Agile team Benchmark for a Turkish Telecom Company
The Issue at hand
The company has many teams that have adopted an agile way of working, but these teams only measure story points to estimate and track velocity. As Story Point metrics are very team-specific, and measurements vary highly between teams, it is impossible to aggregate these metrics into meaningful management information. Still, higher management expressed an interest in obtaining more insights into the productivity of the teams and the quality of the products the teams develop and maintain.
The Service Provided
We carried out an Agile Team Benchmarking project to understand the productivity, cost efficiency, delivery speed, and process quality of the team and the code quality of the product they develop and maintain, and how these metrics compare to industry peers. The approach used was the following:
One team was selected, which was the scope of the measurement.
Of all these teams, a set of sprints was selected to measure.
A certified FPA analyst measured the functional size delivered by these teams in these sprints.
In the meantime, data was collected on these sprints: e.g., effort hours spent per function, defects found, and resolved, etc.
Using the data and the functional size delivered, the following metrics were calculated:
Productivity (hours spent per FP delivered).
Cost Efficiency (Cost spent per FP delivered).
Delivery Speed (FP delivered per calendar month).
Process Quality (Defects per FP).
These metrics were benchmarked against carefully selected peer groups based on factors such as the technology used, industry sector, team size, etc.
In addition, a code quality measurement was carried out to understand the maintainability, performance, security, robustness, and transferability of the code.
The outcomes achieved
All results were reported to both management and the teams, where the teams also got an actionable plan to improve the metrics and code quality. The benchmark showed that the Team performance was quite good, higher than the peer group. Interestingly enough, also the code quality of the custom code of the application was very good and very few critical violations of important ISO 5055 and ISO 25010 rules were present. Those that were present were easy to resolve in relatively little time.

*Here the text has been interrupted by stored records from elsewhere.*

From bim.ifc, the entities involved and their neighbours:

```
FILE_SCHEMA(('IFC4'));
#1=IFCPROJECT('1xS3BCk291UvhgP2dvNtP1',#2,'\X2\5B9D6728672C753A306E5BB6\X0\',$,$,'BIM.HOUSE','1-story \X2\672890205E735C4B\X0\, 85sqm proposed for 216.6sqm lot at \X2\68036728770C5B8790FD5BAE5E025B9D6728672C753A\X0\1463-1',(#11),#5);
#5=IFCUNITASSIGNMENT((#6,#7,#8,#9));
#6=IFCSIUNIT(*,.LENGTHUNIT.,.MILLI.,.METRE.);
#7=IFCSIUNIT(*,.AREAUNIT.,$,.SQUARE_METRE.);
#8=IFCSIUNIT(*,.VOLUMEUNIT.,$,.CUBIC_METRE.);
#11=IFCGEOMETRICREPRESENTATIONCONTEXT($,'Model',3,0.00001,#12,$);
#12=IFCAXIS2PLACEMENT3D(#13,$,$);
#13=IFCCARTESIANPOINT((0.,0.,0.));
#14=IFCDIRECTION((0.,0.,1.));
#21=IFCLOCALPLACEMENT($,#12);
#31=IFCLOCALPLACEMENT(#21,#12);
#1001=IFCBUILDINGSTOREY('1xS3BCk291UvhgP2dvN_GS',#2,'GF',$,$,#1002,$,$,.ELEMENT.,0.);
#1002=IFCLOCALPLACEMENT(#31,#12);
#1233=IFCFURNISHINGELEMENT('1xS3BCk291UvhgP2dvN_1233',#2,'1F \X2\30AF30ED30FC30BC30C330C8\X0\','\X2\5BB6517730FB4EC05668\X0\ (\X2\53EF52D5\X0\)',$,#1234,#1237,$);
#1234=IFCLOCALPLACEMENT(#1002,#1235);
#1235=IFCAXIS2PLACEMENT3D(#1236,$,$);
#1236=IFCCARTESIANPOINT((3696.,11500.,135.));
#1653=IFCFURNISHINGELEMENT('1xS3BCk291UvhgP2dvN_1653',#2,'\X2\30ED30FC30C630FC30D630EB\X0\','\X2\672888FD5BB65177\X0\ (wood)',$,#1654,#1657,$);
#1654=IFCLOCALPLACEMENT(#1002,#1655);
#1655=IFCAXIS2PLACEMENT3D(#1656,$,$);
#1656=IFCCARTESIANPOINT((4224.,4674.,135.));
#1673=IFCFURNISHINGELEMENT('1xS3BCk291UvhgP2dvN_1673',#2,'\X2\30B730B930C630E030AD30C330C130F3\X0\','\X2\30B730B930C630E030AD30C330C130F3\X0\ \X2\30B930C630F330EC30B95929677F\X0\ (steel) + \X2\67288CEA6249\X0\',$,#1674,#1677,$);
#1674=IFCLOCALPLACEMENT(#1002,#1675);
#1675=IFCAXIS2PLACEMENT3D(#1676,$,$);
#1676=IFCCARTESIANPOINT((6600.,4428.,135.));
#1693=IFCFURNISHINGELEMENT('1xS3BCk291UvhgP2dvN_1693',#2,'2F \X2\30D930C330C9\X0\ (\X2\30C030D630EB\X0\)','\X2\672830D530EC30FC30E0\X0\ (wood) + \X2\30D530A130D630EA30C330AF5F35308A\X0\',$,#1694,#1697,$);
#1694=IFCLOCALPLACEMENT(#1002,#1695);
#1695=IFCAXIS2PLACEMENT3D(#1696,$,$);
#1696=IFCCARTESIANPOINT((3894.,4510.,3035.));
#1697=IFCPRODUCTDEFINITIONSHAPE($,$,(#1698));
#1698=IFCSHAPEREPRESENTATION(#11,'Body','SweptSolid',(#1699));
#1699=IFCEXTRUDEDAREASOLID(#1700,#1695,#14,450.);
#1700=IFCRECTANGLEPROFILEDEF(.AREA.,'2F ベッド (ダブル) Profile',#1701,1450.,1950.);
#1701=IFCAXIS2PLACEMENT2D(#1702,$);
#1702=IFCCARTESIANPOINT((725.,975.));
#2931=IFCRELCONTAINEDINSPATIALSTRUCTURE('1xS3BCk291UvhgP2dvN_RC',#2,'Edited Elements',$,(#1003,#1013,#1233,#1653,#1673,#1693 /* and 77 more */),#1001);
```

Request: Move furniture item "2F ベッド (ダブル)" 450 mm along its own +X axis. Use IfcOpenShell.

```python
import ifcopenshell
import ifcopenshell.api.geometry
import ifcopenshell.util.placement
import ifcopenshell.util.unit

model = ifcopenshell.open("bim.ifc")
unit_scale = ifcopenshell.util.unit.calculate_unit_scale(model)

item = model.by_guid("1xS3BCk291UvhgP2dvN_1693")
matrix = ifcopenshell.util.placement.get_local_placement(item.ObjectPlacement)
matrix[:3, 3] += matrix[:3, 0] * 0.45 / unit_scale
ifcopenshell.api.geometry.edit_object_placement(model, product=item, matrix=matrix, is_si=False)

print(ifcopenshell.util.placement.get_local_placement(item.ObjectPlacement).round(3) + 0.0)

model.write("bim-out.ifc")
```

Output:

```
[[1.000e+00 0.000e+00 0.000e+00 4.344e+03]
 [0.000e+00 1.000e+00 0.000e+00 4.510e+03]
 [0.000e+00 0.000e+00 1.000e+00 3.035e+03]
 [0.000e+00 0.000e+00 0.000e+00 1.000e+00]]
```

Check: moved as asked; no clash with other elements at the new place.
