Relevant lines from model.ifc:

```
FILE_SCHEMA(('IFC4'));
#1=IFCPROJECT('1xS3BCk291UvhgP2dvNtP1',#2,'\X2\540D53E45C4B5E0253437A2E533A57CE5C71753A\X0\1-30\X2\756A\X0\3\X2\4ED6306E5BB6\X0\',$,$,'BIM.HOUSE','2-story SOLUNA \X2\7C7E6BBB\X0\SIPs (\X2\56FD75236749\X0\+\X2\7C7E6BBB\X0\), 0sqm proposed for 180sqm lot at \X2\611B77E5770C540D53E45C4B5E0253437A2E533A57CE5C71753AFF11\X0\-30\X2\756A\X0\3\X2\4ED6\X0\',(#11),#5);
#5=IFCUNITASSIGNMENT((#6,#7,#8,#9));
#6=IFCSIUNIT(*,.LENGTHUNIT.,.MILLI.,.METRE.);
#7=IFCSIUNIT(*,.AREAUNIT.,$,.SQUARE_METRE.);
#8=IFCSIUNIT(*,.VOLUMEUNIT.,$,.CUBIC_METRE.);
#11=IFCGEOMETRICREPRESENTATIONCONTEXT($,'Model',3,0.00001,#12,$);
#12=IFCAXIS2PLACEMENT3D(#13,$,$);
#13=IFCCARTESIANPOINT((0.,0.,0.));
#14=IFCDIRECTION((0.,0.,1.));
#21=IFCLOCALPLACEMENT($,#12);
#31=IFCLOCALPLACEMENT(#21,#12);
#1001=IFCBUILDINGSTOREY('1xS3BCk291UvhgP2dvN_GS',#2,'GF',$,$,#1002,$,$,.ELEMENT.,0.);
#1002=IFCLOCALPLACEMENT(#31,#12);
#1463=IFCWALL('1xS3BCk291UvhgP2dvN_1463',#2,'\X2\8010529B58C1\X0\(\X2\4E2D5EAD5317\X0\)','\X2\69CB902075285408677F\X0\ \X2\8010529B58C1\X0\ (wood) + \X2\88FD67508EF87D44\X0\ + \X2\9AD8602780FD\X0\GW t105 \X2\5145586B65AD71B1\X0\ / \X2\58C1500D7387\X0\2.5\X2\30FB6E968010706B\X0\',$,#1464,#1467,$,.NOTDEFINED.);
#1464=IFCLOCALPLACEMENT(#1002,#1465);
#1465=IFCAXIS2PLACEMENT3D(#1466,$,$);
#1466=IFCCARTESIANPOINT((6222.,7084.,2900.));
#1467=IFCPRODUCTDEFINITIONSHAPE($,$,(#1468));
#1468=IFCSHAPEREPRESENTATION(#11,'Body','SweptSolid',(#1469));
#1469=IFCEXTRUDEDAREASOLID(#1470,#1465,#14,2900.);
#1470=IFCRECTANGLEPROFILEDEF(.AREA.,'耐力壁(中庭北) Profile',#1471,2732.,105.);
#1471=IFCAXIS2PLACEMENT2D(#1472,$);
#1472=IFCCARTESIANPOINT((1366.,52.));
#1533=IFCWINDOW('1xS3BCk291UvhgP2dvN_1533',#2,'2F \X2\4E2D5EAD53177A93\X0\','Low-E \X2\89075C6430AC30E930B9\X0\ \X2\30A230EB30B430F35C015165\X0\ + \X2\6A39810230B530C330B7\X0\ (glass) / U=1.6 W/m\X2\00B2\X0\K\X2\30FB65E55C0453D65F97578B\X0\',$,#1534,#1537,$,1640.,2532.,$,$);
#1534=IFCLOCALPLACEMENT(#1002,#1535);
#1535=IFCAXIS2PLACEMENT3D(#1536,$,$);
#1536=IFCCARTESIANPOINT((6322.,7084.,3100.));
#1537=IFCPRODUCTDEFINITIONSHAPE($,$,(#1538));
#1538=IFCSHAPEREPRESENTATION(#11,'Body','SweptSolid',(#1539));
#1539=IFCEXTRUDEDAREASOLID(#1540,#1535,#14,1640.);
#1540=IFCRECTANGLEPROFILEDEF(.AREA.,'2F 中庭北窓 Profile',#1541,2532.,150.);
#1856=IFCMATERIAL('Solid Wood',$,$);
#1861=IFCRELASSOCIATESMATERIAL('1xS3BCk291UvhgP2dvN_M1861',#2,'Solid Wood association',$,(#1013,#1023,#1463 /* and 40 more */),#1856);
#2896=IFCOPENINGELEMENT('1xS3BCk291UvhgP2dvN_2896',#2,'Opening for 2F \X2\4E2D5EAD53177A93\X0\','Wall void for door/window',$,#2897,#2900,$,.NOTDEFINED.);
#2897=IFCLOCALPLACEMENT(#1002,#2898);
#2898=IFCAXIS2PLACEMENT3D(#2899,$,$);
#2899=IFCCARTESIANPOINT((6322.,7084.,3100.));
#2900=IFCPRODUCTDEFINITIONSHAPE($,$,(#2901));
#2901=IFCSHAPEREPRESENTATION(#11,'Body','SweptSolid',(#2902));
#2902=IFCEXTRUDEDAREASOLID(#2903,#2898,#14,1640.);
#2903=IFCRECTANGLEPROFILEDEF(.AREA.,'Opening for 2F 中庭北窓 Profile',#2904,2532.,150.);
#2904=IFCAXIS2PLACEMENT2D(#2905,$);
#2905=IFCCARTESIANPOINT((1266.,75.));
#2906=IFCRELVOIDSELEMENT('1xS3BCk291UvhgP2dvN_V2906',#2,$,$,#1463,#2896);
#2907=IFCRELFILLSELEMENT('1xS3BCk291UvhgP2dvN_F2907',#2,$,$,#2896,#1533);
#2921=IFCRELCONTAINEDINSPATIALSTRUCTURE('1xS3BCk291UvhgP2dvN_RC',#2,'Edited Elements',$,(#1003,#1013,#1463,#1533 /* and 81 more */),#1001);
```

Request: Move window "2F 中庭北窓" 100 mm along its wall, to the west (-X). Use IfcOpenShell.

```python
import ifcopenshell
import ifcopenshell.api.geometry
import ifcopenshell.util.placement

model = ifcopenshell.open("model.ifc")

window = model.by_guid("1xS3BCk291UvhgP2dvN_1533")
opening = window.FillsVoids[0].RelatingOpeningElement
wall = opening.VoidsElements[0].RelatingBuildingElement

wall_matrix = ifcopenshell.util.placement.get_local_placement(wall.ObjectPlacement)
shift = wall_matrix[:3, 0] * -100.0
before = ifcopenshell.util.placement.get_local_placement(window.ObjectPlacement)[:3, 3].copy()

# The window is not placed relative to its opening, so move both.
for product in (opening, window):
    matrix = ifcopenshell.util.placement.get_local_placement(product.ObjectPlacement)
    matrix[:3, 3] += shift
    ifcopenshell.api.geometry.edit_object_placement(model, product=product, matrix=matrix, is_si=False)

after = ifcopenshell.util.placement.get_local_placement(window.ObjectPlacement)[:3, 3]
print("window moved by", (after - before).round(3) + 0.0)

model.write("model_v2.ifc")
```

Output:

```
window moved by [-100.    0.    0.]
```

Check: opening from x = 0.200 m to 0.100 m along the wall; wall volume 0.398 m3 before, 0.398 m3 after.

However, it turned out that the application still contained a lot of risk, as it contained many out-of-date and very risky open-source components. As it turns out, the company did not have an open-source component management process in place, and the components used were never updated or replaced by newer ones. The automatic code analysis showed all the Open-Source components used in the code, the version used, all risks in that version (known vulnerabilities and license risks), and a timeline of newer available versions, including the vulnerabilities and license risks in those components.
The use of older open-source components is risky in many ways. Apart from obvious potential security risks, there may be license risks. Some licenses can even force you to release to complete application code to the community. In addition, software obsolescence means that older open-source components may not be maintained any longer by anyone. Some may even have been written in obscure languages nobody knows any longer. This means that if a problem arises in such a component, it is nearly impossible to fix it yourself, and nobody else is going to fix it. Unfortunately, we have seen this in many organizations, where too little attention is given to the updates of open-source, which can actually put entire companies at risk, for instance, to a ransomware attack.
The results of the Agile Team Benchmark project were very helpful for the company, as it identified an important 'blind spot' in their application development processes, which of course, they addressed immediately.
The main deliverables were:
A Management presentation with the major findings, observations, and recommendations on site at the headquarters of Turkcell in Istanbul. Team meeting with the team to show the most important findings and to explain the results and the improvement plan.
A Management Health dashboard with the scores on the health factors, the critical violations found, and metrics like technical debt, technical size, functional size, etc.
An Engineering dashboard with the (critical) violations found in the code, with their exact location, the reason these are considered (critical) with reference to the source standard or best practice, and how to remediate the violation.
An Architectural Blueprint in Imaging, where all connections between the components, frameworks, layers, etc., are made visual to facilitate the understanding of how the application works.
An overview of the used open-source third-party components, the versions of these, the known vulnerabilities and license risks in these versions, and recommendations to upgrade the components with high risk to newer and safer versions.
An improvement plan with concrete actions to improve the quality of the application even further, and to remediate the very few critical violations that were in the code, including a simulation of the results in the scores after carrying out the actions, including the estimated effort to carry out the plan.